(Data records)
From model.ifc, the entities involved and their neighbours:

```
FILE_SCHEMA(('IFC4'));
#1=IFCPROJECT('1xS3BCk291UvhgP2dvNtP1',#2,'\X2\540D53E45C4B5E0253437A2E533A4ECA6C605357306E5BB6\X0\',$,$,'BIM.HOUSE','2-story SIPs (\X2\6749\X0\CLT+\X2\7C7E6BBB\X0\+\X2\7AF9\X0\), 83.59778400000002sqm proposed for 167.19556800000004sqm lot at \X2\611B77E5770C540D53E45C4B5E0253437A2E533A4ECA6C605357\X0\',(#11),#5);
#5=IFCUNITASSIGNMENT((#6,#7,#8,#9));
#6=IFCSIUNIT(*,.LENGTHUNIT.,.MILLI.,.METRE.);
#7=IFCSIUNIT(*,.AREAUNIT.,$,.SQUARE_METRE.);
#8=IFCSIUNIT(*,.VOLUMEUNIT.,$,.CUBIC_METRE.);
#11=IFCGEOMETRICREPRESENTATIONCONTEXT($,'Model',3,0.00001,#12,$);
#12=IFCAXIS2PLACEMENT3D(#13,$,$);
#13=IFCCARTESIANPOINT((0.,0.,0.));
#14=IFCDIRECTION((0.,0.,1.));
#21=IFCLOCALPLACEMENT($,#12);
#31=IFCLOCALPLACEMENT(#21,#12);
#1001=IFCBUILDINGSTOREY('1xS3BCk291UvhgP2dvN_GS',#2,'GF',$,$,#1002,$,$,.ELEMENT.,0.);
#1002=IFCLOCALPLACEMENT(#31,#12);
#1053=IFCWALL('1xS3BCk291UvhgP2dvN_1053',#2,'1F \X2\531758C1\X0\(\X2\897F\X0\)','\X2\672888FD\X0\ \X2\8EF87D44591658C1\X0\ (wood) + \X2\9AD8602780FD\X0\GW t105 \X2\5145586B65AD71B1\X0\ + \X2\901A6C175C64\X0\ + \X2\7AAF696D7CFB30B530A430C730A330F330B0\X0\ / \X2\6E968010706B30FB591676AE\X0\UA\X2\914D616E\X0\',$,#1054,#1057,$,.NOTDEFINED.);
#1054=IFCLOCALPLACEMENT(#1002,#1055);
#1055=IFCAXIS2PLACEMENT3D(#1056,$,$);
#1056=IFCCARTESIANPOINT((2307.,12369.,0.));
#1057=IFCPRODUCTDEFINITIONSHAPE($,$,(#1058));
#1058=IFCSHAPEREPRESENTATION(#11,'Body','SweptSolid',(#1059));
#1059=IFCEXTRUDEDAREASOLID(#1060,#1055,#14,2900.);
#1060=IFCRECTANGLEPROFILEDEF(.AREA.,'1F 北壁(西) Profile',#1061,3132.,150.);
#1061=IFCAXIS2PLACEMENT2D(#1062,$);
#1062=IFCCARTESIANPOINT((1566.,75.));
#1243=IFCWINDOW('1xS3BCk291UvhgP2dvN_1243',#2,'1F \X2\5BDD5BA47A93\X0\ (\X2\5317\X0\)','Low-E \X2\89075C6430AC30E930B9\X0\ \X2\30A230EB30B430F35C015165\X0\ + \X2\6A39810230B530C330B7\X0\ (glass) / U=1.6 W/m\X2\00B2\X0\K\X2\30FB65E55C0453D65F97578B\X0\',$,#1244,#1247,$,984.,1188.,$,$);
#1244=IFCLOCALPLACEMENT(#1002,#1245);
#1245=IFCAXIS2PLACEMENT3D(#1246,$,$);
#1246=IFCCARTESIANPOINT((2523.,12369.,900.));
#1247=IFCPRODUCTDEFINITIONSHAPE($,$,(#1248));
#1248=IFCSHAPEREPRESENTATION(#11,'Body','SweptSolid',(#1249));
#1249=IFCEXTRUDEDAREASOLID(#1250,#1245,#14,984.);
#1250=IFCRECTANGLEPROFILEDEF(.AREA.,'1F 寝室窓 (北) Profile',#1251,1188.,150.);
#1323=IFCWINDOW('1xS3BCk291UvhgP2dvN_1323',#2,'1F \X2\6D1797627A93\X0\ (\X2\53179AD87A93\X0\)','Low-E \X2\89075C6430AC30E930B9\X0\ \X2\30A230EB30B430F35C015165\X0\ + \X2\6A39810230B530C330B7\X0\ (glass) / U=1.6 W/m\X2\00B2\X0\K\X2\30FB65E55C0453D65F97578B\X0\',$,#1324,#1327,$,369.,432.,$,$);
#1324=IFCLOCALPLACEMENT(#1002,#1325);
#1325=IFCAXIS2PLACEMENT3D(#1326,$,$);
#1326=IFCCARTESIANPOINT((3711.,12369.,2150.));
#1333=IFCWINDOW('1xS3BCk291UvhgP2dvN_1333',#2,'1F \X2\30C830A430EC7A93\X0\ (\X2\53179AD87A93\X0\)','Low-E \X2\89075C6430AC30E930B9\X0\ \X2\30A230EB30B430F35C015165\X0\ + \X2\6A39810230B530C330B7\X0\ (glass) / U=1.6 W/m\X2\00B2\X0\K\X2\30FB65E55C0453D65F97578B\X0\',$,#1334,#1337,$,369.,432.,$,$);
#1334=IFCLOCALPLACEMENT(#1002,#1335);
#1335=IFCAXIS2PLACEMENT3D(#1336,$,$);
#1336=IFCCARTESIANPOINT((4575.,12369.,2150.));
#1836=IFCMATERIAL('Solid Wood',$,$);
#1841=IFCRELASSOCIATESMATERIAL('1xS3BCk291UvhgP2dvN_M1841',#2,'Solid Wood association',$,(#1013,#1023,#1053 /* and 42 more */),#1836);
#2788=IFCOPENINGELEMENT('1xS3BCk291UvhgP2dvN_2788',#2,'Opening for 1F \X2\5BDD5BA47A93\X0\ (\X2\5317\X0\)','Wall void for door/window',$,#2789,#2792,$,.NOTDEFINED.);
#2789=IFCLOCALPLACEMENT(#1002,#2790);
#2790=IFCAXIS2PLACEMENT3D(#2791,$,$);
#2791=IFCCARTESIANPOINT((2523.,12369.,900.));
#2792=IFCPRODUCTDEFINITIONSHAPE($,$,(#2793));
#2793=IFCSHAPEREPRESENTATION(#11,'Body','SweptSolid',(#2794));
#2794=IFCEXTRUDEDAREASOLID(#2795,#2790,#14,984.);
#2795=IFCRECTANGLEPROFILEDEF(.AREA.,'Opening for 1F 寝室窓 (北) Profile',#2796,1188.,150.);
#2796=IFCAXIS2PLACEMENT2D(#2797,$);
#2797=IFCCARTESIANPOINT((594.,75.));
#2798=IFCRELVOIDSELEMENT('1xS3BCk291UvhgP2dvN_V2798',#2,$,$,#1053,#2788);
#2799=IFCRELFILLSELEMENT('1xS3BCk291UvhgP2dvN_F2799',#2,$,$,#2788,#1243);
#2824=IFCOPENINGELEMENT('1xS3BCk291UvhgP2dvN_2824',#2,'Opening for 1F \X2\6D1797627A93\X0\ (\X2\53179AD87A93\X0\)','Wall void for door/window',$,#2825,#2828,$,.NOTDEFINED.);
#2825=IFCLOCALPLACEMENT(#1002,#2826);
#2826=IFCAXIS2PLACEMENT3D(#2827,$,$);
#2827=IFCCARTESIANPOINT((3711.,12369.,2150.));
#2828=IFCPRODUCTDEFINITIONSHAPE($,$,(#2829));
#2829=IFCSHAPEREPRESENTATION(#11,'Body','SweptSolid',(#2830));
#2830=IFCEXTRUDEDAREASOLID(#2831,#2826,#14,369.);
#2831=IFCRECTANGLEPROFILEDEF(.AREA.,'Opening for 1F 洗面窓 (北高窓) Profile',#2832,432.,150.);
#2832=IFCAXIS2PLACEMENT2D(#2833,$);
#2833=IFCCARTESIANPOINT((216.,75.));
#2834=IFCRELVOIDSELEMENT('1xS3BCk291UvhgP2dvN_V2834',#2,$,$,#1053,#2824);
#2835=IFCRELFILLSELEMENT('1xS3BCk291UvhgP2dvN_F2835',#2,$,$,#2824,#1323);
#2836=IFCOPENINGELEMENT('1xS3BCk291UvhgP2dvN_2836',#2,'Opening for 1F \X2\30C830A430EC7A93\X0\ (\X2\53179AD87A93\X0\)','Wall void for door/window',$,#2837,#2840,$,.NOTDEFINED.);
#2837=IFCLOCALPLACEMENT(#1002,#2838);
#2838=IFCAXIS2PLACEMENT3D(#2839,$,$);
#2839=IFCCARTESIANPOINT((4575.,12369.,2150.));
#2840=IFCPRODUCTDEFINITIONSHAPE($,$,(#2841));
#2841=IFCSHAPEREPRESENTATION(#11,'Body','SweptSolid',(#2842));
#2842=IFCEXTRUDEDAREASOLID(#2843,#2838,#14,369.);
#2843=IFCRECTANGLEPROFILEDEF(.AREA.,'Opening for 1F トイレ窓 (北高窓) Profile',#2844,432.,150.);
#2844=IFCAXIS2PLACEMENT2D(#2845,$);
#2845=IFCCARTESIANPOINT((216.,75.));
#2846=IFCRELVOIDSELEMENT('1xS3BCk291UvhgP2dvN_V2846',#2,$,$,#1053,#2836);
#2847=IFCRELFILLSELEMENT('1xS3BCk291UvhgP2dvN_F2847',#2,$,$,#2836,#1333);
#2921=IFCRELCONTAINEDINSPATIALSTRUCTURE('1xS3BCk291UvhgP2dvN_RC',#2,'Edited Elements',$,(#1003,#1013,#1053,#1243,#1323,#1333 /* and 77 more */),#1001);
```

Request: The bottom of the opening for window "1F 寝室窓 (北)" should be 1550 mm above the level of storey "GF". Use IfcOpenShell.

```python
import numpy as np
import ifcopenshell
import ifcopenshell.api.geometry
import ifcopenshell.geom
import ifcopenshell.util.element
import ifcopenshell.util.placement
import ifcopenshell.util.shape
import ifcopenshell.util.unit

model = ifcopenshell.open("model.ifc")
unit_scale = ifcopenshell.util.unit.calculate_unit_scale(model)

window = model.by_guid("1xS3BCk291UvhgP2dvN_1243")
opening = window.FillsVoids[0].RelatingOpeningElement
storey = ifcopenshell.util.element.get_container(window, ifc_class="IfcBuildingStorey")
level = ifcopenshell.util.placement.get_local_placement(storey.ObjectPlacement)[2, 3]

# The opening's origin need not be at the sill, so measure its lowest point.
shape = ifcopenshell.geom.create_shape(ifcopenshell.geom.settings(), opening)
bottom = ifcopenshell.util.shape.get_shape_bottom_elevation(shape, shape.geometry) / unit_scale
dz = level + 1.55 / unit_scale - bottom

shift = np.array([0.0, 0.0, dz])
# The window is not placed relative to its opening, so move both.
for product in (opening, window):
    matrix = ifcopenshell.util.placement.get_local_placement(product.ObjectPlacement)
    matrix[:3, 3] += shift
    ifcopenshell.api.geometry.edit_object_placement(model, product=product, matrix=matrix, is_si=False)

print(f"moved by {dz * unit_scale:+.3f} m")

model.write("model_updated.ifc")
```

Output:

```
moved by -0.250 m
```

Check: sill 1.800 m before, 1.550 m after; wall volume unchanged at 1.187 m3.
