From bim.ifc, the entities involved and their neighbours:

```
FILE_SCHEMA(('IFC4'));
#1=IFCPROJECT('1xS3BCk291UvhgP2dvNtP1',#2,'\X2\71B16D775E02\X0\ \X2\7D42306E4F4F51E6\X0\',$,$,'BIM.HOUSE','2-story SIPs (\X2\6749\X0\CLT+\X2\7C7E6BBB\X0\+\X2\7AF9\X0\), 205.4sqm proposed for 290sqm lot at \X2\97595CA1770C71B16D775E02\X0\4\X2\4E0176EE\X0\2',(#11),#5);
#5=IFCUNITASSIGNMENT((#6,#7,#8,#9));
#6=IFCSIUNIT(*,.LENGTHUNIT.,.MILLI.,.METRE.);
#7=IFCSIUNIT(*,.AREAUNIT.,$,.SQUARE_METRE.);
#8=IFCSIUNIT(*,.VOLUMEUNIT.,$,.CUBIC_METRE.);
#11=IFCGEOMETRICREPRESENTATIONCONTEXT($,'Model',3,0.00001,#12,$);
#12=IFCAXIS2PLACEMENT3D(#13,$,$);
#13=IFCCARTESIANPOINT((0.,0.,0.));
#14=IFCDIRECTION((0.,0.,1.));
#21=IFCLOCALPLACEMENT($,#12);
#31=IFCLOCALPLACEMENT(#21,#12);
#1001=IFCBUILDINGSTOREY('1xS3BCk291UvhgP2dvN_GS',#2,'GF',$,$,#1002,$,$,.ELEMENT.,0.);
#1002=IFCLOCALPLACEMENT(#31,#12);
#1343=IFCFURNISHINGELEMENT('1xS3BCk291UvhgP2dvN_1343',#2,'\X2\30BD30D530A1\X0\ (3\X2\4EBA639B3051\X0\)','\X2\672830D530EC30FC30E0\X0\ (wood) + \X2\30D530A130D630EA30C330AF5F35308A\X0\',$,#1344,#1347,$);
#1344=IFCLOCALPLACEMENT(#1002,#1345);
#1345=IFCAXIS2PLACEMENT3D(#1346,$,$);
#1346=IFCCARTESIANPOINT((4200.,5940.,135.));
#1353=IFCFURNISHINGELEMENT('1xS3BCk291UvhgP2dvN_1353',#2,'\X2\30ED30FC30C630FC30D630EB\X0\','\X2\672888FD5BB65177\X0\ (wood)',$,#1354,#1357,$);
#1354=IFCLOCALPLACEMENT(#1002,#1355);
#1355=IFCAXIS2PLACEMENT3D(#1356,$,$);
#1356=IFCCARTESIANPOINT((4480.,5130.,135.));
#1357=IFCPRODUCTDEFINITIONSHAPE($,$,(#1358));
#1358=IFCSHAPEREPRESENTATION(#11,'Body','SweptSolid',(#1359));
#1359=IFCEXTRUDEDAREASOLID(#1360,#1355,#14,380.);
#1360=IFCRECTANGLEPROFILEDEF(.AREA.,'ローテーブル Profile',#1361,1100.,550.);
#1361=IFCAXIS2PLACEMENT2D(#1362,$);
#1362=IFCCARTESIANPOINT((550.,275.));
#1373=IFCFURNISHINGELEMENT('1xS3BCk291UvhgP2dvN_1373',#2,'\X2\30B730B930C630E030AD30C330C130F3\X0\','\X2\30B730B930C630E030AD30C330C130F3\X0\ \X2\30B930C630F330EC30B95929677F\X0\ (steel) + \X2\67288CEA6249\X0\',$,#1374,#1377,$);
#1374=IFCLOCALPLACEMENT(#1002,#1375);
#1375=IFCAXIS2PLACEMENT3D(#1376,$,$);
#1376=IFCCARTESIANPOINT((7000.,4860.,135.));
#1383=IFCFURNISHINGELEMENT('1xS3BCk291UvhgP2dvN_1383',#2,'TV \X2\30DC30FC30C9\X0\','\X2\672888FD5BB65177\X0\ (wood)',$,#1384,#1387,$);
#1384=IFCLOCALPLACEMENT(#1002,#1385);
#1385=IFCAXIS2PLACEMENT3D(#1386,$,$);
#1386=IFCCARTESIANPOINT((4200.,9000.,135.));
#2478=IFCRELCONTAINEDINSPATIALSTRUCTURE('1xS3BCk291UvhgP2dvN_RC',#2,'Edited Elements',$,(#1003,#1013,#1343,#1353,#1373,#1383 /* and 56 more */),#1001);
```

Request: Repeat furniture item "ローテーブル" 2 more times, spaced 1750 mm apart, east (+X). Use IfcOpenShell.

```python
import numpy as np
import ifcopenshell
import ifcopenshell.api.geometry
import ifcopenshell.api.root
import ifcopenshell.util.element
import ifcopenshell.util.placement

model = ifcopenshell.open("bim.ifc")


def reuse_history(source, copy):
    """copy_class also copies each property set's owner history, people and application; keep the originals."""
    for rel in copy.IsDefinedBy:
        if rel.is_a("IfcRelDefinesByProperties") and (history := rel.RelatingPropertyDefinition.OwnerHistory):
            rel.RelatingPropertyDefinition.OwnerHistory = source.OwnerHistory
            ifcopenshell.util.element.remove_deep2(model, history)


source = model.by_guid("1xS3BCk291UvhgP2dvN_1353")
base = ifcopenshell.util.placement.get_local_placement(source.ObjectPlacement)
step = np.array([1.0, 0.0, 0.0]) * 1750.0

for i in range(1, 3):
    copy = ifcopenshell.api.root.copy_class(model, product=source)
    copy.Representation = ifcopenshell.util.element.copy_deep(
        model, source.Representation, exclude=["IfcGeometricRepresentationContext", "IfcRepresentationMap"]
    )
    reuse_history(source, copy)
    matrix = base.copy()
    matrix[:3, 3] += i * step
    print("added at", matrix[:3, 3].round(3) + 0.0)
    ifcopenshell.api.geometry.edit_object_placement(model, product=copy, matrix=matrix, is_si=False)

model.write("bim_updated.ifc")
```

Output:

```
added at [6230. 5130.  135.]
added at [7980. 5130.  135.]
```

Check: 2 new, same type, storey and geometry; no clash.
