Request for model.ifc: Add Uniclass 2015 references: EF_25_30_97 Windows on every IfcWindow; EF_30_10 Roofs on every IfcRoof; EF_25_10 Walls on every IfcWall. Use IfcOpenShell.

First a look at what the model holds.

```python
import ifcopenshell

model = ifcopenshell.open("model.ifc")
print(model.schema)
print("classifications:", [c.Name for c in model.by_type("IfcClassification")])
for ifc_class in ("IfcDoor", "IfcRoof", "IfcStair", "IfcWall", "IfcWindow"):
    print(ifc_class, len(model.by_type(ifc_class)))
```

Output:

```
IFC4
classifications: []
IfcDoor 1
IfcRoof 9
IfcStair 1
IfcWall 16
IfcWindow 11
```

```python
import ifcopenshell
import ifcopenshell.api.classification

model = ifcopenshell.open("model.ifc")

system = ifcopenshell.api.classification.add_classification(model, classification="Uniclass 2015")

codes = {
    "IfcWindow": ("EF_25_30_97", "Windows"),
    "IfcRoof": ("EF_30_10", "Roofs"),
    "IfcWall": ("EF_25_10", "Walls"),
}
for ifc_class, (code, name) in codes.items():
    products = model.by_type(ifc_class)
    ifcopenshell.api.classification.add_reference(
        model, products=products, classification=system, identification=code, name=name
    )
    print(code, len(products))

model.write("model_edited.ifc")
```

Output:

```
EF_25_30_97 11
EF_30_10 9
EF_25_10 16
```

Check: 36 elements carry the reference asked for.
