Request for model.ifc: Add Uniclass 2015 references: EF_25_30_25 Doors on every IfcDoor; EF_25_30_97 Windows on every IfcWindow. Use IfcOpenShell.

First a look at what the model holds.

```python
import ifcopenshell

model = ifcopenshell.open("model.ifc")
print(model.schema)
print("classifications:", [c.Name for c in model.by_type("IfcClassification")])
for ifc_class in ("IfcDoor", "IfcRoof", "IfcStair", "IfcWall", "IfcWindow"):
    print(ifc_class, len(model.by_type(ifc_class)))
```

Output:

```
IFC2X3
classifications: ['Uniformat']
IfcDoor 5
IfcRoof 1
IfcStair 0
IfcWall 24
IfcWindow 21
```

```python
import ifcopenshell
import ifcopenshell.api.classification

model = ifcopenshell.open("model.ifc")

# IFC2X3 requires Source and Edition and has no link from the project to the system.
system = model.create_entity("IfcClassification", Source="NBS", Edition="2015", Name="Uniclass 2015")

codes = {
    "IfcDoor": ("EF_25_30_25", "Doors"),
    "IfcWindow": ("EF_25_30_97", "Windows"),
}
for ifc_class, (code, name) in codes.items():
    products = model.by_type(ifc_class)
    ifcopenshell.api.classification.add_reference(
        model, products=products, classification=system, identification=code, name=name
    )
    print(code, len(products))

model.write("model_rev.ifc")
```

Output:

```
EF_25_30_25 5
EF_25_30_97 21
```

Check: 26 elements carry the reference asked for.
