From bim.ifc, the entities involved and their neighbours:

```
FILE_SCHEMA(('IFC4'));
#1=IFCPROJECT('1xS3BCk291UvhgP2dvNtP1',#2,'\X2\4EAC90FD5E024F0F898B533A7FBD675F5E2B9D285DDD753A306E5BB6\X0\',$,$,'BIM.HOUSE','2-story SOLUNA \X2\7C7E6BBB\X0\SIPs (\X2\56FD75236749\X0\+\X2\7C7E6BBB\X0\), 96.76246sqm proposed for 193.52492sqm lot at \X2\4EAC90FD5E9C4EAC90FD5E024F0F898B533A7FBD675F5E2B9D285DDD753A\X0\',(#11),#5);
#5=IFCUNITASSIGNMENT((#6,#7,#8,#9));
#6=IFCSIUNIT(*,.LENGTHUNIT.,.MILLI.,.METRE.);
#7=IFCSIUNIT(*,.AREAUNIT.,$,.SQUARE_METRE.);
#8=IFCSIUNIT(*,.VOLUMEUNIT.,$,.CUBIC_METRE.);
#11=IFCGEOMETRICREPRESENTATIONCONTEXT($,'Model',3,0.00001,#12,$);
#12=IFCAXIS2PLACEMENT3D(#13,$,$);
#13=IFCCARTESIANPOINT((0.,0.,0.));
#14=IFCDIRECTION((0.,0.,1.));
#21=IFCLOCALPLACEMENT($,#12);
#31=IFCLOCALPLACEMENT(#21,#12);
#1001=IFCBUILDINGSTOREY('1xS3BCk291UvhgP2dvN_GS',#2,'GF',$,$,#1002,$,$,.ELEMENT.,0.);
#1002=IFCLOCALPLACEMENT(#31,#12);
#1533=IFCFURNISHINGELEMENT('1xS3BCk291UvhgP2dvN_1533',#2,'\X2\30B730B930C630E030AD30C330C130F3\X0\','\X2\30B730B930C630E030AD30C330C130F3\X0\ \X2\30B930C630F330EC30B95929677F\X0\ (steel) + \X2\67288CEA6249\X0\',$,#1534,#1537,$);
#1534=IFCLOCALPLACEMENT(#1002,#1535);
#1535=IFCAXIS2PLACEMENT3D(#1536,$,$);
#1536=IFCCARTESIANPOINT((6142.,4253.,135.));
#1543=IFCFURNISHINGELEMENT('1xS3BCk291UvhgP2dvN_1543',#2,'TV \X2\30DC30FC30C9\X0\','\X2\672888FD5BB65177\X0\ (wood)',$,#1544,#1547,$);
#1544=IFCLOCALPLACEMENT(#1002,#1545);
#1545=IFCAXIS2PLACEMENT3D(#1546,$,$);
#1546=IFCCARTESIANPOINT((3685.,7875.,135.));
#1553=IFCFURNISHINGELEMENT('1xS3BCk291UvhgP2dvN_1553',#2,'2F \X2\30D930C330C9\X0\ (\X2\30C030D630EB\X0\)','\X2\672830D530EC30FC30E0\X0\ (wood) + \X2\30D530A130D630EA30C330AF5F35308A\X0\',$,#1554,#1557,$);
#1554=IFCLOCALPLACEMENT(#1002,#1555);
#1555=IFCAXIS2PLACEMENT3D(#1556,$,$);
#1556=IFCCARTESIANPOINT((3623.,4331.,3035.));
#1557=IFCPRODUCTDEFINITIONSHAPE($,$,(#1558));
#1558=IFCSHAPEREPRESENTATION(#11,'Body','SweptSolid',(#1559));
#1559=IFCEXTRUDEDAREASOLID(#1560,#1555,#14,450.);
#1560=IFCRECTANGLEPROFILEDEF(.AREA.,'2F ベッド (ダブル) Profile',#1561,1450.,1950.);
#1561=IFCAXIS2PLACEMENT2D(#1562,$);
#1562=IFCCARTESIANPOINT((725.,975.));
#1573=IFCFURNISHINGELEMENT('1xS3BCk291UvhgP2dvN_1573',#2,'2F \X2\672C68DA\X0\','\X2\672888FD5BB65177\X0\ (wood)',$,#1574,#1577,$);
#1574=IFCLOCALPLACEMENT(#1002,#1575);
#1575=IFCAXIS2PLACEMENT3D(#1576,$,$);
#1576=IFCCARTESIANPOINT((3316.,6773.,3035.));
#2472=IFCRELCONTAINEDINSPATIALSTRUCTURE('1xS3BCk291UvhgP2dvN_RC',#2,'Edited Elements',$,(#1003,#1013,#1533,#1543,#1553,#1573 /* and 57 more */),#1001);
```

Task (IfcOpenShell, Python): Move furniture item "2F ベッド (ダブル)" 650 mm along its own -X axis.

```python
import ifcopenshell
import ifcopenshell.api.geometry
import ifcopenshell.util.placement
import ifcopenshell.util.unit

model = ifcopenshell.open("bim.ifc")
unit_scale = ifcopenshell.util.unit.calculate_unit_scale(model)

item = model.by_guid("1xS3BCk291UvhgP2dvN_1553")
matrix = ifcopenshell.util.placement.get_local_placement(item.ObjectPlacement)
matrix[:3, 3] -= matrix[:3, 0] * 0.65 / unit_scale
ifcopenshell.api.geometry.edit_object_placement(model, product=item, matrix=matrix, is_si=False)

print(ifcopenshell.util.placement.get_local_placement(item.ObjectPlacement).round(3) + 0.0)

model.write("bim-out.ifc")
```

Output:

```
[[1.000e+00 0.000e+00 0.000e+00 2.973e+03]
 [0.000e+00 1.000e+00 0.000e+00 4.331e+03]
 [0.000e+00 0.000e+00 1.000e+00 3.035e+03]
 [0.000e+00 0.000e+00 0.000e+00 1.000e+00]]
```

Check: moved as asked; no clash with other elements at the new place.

• Goal of the exercise:
Whenever a line above has the word "SweptSolid" in it, copy that line.

• Exercise response:
#1058=IFCSHAPEREPRESENTATION(#11,'Body','SweptSolid',(#1059));
#1248=IFCSHAPEREPRESENTATION(#11,'Body','SweptSolid',(#1249));
#2793=IFCSHAPEREPRESENTATION(#11,'Body','SweptSolid',(#2794));
#2829=IFCSHAPEREPRESENTATION(#11,'Body','SweptSolid',(#2830));
#2841=IFCSHAPEREPRESENTATION(#11,'Body','SweptSolid',(#2842));
#1358=IFCSHAPEREPRESENTATION(#11,'Body','SweptSolid',(#1359));
#1558=IFCSHAPEREPRESENTATION(#11,'Body','SweptSolid',(#1559));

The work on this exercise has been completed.